Question

The ball of mass $m$ is thrown with speed ${v_0}$. The ball strikes the block of mass $2m$ and sticks to it. Find the maximum compression of spring.

(A) ${v_0}\sqrt {\dfrac{m}{{3k}}}$
(B) ${v_0}\sqrt {\dfrac{m}{{2k}}}$
(C) ${v_0}\sqrt {\dfrac{{2m}}{k}}$
(D) ${v_0}\sqrt {\dfrac{{3m}}{k}}$

Answer 1

Here, you are given a block which is connected to a spring and the other end of the spring is connected to the wall. A ball of mass of mass $m$ is thrown on that block and sticks. Just before the ball hits the block, its velocity is ${v_0}$, no after the collision, the block and ball will have a common velocity and will reach at maximum compression together because it is given that the ball sticks the block. You need to find the common velocity and then you can apply the work energy theorem in order to find the maximum compression. The only crucial part you need to focus on is how to get that common velocity of the ball and block.

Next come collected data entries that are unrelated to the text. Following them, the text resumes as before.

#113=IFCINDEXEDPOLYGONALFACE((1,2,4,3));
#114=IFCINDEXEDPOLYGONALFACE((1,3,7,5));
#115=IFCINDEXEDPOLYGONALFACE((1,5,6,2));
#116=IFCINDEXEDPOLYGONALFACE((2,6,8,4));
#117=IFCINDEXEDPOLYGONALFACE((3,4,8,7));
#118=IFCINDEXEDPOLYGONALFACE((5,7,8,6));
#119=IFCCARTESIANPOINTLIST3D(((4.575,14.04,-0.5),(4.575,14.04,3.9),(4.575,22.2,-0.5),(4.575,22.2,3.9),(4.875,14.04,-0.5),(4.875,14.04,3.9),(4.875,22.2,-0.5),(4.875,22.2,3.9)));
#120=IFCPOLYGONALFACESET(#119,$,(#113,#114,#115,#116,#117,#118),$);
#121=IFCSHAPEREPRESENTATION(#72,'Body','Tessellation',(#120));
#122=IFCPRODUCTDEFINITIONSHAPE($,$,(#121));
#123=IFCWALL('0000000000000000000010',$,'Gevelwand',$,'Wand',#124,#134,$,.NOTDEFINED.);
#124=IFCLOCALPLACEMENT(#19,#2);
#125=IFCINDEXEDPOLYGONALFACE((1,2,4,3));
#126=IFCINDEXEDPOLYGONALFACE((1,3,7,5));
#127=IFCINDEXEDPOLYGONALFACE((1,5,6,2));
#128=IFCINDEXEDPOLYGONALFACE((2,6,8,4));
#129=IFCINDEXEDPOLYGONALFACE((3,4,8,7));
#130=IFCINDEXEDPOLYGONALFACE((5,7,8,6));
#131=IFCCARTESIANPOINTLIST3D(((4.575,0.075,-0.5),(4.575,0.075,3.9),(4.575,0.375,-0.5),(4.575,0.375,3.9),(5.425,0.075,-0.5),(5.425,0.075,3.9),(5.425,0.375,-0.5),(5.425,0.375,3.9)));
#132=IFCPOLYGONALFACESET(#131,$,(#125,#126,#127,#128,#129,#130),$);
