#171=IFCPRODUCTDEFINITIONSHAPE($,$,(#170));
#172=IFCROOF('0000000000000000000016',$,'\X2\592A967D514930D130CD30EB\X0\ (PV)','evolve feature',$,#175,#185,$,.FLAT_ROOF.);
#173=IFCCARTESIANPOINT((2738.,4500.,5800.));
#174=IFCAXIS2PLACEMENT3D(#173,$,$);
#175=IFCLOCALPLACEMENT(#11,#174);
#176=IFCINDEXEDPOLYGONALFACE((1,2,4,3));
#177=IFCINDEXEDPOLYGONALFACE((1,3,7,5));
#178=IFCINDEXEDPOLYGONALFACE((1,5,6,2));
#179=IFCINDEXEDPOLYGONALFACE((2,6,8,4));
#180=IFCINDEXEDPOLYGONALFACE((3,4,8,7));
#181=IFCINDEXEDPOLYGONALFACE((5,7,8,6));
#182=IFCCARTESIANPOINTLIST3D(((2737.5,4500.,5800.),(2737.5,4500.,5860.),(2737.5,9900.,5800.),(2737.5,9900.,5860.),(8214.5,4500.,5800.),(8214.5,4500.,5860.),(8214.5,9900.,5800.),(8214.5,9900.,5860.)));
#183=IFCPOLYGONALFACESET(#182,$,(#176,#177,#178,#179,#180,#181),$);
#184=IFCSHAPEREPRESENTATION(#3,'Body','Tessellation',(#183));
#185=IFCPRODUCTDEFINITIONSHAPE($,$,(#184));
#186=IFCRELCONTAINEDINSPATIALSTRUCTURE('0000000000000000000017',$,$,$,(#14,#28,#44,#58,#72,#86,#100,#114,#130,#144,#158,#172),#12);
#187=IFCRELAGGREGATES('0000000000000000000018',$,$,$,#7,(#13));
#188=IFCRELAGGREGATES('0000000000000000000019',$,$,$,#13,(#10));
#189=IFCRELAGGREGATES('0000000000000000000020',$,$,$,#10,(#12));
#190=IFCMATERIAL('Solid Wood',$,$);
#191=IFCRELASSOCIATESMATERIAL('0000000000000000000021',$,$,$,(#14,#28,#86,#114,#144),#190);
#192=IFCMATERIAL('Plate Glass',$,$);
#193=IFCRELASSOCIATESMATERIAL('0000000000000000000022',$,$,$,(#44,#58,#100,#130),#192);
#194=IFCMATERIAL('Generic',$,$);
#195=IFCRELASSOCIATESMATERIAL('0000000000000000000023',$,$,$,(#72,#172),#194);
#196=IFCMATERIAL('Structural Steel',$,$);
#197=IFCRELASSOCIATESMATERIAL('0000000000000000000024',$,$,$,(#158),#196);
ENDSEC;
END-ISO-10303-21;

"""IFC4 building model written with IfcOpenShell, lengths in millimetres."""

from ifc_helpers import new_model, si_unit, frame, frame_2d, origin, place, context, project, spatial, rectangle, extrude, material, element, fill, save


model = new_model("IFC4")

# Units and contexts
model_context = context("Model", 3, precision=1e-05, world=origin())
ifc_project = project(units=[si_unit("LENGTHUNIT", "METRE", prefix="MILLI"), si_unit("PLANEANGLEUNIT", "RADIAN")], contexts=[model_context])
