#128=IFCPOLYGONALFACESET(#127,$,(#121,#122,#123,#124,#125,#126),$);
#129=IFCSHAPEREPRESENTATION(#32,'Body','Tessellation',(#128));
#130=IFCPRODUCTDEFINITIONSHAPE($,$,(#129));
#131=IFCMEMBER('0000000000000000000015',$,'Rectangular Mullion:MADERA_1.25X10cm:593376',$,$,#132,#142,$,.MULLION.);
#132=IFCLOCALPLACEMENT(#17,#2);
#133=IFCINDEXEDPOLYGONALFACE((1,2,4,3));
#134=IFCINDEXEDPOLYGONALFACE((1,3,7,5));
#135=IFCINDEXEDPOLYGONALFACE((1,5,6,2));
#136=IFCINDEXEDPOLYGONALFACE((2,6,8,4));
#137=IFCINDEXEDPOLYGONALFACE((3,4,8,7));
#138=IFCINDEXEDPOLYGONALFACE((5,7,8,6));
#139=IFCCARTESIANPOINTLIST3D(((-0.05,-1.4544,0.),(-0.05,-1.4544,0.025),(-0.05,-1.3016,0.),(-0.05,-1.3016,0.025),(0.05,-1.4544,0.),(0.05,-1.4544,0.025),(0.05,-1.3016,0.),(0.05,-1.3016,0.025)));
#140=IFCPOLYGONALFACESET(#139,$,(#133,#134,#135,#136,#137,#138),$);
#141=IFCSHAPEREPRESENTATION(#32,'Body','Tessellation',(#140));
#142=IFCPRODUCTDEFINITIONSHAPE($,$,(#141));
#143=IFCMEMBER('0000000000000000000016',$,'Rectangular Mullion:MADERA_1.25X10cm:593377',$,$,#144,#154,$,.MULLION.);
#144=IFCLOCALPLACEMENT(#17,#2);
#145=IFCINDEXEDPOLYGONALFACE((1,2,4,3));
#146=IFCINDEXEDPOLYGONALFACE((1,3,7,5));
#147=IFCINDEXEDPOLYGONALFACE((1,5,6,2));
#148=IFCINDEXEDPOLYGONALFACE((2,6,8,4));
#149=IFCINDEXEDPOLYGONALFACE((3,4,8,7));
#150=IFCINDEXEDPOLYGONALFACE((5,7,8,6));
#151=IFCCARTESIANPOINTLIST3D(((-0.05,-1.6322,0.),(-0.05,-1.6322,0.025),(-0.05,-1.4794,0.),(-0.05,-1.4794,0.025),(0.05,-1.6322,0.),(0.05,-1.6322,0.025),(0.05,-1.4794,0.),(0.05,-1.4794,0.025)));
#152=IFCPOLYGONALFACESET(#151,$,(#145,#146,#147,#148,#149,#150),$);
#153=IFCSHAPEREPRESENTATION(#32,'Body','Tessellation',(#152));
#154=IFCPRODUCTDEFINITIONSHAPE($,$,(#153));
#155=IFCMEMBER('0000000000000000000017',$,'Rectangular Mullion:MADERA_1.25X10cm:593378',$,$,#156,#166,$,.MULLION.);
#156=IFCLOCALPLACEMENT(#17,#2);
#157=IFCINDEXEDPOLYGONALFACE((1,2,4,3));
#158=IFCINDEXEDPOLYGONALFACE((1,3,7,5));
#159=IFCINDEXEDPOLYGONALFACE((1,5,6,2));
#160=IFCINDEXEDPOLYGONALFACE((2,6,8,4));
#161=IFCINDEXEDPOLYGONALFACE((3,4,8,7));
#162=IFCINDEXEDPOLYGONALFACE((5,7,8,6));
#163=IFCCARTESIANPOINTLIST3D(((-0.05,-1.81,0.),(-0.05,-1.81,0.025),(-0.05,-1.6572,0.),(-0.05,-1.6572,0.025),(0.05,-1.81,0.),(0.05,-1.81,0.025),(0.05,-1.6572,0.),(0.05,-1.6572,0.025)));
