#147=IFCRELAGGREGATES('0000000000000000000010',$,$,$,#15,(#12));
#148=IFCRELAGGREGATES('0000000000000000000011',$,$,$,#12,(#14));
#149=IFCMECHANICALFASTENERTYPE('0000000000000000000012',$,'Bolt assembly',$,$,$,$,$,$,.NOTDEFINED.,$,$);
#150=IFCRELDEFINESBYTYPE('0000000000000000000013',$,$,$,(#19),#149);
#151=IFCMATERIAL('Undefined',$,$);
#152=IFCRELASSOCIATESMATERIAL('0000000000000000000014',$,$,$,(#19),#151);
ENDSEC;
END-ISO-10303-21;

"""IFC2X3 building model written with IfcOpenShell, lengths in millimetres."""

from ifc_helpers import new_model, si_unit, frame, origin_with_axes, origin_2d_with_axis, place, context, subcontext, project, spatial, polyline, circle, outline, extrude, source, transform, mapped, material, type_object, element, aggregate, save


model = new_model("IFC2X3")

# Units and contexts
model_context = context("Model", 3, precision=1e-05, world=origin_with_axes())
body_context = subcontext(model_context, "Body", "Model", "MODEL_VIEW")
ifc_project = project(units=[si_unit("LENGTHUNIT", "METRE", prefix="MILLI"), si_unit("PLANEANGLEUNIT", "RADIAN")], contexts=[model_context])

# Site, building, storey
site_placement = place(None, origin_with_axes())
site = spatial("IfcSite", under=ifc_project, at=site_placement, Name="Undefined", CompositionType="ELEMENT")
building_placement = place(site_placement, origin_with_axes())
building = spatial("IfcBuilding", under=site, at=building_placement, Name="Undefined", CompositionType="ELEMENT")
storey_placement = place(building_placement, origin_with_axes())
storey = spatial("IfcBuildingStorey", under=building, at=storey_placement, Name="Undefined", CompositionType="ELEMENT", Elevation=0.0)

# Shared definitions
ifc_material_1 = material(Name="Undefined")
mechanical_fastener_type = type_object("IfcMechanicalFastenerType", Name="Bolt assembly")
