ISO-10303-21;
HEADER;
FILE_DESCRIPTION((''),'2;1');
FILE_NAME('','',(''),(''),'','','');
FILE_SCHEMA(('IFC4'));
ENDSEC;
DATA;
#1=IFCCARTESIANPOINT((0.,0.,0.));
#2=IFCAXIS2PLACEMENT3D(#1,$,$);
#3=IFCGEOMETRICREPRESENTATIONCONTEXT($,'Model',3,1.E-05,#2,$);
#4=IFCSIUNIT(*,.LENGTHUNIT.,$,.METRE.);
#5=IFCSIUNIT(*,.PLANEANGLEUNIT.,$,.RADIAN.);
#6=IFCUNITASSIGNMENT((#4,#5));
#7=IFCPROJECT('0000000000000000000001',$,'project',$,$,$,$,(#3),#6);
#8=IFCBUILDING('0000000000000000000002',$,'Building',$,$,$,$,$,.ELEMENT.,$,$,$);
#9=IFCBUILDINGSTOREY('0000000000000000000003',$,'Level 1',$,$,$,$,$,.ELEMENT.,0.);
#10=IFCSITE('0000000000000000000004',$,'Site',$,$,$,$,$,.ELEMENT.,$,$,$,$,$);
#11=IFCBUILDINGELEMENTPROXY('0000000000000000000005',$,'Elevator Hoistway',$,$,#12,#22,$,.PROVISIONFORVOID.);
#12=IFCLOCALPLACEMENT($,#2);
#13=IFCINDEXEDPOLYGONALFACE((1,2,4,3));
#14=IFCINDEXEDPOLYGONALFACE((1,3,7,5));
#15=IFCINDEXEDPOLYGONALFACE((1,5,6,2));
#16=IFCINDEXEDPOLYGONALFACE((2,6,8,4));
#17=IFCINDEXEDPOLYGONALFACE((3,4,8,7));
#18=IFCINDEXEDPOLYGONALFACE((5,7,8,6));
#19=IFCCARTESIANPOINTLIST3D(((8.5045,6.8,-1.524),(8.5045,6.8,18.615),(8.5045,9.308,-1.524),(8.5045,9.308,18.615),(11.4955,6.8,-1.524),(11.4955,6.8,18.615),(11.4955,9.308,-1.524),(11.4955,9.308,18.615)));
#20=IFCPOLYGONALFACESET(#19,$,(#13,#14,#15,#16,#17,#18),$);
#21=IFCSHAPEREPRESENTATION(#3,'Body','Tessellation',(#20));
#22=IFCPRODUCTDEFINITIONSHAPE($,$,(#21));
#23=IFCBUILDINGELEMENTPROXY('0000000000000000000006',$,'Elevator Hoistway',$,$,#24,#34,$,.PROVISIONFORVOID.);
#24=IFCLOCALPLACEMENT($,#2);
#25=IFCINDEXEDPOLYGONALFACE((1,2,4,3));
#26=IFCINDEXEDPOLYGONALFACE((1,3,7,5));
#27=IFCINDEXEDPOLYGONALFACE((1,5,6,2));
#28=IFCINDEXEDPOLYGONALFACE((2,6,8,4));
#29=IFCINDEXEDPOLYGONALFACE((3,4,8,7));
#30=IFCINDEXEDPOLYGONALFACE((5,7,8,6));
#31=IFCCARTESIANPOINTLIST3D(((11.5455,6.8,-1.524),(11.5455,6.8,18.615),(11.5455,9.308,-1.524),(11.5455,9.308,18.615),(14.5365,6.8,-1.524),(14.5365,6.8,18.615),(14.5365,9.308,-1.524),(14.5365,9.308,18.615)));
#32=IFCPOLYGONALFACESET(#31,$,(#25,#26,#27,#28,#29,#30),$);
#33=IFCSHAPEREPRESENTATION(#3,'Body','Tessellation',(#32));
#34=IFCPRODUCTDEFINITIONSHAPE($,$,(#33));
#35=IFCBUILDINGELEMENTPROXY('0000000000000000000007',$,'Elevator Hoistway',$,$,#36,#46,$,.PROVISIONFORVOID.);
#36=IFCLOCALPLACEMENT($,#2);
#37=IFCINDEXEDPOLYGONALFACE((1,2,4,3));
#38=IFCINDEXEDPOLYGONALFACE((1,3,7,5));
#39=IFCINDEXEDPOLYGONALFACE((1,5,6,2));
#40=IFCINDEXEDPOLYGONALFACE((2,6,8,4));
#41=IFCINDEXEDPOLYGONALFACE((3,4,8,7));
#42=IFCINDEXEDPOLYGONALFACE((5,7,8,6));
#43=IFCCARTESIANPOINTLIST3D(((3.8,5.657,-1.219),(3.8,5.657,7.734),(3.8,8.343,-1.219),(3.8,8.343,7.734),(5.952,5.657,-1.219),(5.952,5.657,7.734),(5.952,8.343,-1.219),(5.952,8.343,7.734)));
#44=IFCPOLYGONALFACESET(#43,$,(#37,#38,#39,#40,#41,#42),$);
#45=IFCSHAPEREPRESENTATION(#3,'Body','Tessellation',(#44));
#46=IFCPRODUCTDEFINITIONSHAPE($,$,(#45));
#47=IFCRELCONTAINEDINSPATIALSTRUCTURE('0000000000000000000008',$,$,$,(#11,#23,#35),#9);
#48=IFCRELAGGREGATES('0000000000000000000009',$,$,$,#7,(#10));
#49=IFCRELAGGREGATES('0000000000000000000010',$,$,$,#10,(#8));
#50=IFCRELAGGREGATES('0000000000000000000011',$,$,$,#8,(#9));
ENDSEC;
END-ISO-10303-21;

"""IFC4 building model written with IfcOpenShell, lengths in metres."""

from ifc_helpers import new_model, si_unit, frame, origin, place, context, project, spatial, polyline, outline, extrude, element, save


model = new_model("IFC4")

# Units and contexts
model_context = context("Model", 3, precision=1e-05, world=origin())
ifc_project = project(units=[si_unit("LENGTHUNIT", "METRE"), si_unit("PLANEANGLEUNIT", "RADIAN")], contexts=[model_context])

# Site, building, storey
site = spatial("IfcSite", under=ifc_project, Name="Site", CompositionType="ELEMENT")
building = spatial("IfcBuilding", under=site, Name="Building", CompositionType="ELEMENT")
storey = spatial("IfcBuildingStorey", under=building, Name="Level 1", CompositionType="ELEMENT", Elevation=0.0)

# Building element proxies
proxy_1_placement = place(None, frame((0.0, 0.0, 18.615)))
element("IfcBuildingElementProxy", 1, at=proxy_1_placement, inside=storey, Name="Elevator Hoistway", PredefinedType="PROVISIONFORVOID", context=model_context, shape_type="SweptSolid", body=[
    extrude(outline(polyline([(8.5045, 6.8), (11.4955, 6.8), (11.4955, 9.308), (8.5045, 9.308), (8.5045, 6.8)])), origin(), (0.0, 0.0, -1.0), 20.139),
])
proxy_2_placement = place(None, frame((0.0, 0.0, 18.615)))
element("IfcBuildingElementProxy", 2, at=proxy_2_placement, inside=storey, Name="Elevator Hoistway", PredefinedType="PROVISIONFORVOID", context=model_context, shape_type="SweptSolid", body=[
    extrude(outline(polyline([(11.5455, 6.8), (14.5365, 6.8), (14.5365, 9.308), (11.5455, 9.308), (11.5455, 6.8)])), origin(), (0.0, 0.0, -1.0), 20.139),
])
proxy_3_placement = place(None, frame((0.0, 0.0, 7.734)))
element("IfcBuildingElementProxy", 3, at=proxy_3_placement, inside=storey, Name="Elevator Hoistway", PredefinedType="PROVISIONFORVOID", context=model_context, shape_type="SweptSolid", body=[
    extrude(outline(polyline([(3.8, 8.343), (3.8, 5.657), (5.952, 5.657), (5.952, 8.343), (3.8, 8.343)])), origin(), (0.0, 0.0, -1.0), 8.953),
])

save(model, "model.ifc")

Complete step by step answer:
The only way to find the common velocity of the ball and block system is to apply the conservation of momentum. The momentum should be conserved just before and just after the collision. Now, you might be thinking that why is the momentum conservation law used here? There is already a spring force that will be acting on the block that will be restricting us to use the momentum conservation.

The answer is yes, it is restricting but still we can apply it. Because the force of spring depends on the elongation or compression of the spring, how much it is elongated or compressed. Initially, just after the collision, the block and ball will move with some common velocity, say $v$ but notice that the compression produced will be infinitesimally small and so will be the force due to spring. So, the force due to spring can be neglected and therefore, we can apply momentum conservation. Hence, we get the common velocity as follows
$m{v_0} = \left( {m + 2m} \right)v \\\ \Rightarrow v = \dfrac{{{v_0}}}{3} \\\$
Now, apply the work energy theorem. If the maximum compression is ${x_{\max }}$, we have
$- \dfrac{1}{2}k{\left( {{x_{\max }}} \right)^2} = 0 - \dfrac{1}{2}3m{v^2} \\\ \Rightarrow\dfrac{1}{2}k{\left( {{x_{\max }}} \right)^2} = \dfrac{{3m}}{2}{\left( {\dfrac{{{v_0}}}{3}} \right)^2} \\\ \therefore{x_{\max }} = {v_0}\sqrt {\dfrac{m}{{3k}}} \\\$
Therefore, the maximum compression of spring is ${v_0}\sqrt {\dfrac{m}{{3k}}}$ and option A is correct.

Note: We have used momentum conservation regardless of whether the spring is applying a force on the system or not because the force is too small that it can be neglected and the whole momentum which was carried by the ball initially is transferred to the ball and block system. Remember the work energy theorem. Also notice that the interval in which the work energy theorem is applied is the interval where the block and ball start moving together after the collision till the maximum compression.